Available data =

»»

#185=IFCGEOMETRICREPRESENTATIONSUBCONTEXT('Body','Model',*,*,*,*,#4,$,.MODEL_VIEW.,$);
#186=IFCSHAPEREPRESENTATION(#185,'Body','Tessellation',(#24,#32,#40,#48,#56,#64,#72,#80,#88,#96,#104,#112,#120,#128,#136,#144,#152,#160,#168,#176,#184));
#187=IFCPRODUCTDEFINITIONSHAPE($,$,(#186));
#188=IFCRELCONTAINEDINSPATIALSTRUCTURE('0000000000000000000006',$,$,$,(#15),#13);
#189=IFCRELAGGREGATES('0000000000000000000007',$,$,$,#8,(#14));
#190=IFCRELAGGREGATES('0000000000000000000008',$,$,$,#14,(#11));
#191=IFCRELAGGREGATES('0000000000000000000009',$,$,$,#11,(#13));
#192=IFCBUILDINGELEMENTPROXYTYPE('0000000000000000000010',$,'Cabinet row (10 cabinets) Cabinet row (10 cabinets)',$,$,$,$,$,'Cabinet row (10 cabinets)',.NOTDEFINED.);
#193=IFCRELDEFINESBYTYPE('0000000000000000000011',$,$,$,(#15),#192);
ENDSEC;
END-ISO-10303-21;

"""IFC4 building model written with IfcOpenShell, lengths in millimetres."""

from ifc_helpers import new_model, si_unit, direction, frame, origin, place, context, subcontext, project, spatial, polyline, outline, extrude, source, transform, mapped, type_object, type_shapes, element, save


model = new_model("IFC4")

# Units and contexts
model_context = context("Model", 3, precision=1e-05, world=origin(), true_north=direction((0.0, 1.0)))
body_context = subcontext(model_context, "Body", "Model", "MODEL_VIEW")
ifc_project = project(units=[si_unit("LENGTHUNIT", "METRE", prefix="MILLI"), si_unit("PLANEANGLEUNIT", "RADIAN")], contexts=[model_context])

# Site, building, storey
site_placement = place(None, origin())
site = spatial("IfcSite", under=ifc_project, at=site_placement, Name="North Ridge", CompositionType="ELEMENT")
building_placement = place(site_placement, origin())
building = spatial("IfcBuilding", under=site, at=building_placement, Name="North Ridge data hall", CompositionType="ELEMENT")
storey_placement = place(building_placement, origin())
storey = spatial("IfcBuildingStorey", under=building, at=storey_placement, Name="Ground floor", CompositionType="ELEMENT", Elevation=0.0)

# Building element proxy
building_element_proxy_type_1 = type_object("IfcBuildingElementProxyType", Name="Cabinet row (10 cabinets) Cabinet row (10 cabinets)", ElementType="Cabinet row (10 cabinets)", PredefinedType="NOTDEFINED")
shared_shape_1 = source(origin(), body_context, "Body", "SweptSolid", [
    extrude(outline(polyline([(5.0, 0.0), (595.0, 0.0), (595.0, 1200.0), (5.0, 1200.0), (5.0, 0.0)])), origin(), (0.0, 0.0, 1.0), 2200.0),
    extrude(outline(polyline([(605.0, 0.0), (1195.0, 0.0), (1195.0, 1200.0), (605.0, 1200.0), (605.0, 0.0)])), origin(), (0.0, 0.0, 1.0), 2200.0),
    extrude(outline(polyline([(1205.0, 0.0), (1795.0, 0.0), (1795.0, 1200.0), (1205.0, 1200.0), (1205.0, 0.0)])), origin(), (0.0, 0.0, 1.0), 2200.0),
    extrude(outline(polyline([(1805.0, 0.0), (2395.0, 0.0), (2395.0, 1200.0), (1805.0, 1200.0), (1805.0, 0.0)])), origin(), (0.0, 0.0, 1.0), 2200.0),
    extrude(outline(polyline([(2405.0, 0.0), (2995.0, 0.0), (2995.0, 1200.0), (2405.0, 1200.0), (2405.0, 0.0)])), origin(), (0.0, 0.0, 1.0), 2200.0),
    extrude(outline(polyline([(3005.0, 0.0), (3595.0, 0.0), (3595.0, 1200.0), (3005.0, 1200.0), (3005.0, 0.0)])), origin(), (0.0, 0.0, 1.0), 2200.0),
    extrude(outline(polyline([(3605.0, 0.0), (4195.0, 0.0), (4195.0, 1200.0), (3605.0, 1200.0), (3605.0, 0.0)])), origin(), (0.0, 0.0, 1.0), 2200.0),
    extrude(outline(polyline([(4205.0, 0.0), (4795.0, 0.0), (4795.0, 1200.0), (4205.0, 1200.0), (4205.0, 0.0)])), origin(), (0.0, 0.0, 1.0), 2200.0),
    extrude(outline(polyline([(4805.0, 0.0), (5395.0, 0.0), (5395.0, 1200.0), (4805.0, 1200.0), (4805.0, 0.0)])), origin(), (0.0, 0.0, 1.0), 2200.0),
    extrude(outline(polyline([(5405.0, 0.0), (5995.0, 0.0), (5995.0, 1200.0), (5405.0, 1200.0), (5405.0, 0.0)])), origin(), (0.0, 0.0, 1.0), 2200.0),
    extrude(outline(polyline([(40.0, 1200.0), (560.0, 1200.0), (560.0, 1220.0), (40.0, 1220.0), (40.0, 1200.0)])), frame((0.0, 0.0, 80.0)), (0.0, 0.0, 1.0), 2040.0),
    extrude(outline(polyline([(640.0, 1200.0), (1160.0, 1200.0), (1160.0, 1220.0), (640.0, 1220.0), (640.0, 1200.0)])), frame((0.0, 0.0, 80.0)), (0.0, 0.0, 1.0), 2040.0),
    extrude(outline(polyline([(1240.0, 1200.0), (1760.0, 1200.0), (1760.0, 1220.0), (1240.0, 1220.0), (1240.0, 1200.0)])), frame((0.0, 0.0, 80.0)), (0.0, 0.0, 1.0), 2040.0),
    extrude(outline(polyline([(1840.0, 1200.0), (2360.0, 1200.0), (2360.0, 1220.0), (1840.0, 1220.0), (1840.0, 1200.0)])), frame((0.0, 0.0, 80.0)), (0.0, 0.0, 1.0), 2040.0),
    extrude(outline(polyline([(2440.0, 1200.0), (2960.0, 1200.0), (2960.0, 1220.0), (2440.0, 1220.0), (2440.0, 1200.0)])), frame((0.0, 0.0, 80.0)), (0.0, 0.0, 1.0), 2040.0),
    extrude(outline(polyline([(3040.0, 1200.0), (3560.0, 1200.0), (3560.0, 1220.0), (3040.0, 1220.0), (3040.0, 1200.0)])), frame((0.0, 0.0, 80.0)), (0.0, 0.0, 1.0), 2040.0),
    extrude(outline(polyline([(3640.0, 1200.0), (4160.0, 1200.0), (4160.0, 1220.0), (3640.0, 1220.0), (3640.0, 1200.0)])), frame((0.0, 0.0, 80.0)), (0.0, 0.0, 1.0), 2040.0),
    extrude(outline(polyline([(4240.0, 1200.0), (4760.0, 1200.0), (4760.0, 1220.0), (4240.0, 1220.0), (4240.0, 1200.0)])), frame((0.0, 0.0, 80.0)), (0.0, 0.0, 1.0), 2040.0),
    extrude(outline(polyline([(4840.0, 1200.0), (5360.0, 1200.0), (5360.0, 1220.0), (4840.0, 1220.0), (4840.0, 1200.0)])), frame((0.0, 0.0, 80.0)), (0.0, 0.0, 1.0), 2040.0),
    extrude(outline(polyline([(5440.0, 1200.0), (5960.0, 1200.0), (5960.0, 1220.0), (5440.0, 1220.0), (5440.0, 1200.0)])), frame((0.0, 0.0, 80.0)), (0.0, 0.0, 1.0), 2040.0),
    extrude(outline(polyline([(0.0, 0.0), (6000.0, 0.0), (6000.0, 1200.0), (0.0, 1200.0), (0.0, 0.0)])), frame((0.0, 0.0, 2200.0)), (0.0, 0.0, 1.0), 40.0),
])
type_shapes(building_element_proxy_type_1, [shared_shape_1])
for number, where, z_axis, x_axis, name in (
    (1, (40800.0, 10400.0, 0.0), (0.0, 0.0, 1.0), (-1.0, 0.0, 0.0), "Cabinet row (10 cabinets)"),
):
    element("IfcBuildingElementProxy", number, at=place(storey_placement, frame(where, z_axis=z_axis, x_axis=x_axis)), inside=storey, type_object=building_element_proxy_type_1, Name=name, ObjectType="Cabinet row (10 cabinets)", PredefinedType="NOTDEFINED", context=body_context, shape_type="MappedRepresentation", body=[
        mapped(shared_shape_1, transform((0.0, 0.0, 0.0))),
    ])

««

Work request = Across all the records, find the lines containing the word "IFCRELAGGREGATES" and reproduce each one.

Worked solution =
#189=IFCRELAGGREGATES('0000000000000000000007',$,$,$,#8,(#14));
#190=IFCRELAGGREGATES('0000000000000000000008',$,$,$,#14,(#11));
#191=IFCRELAGGREGATES('0000000000000000000009',$,$,$,#11,(#13));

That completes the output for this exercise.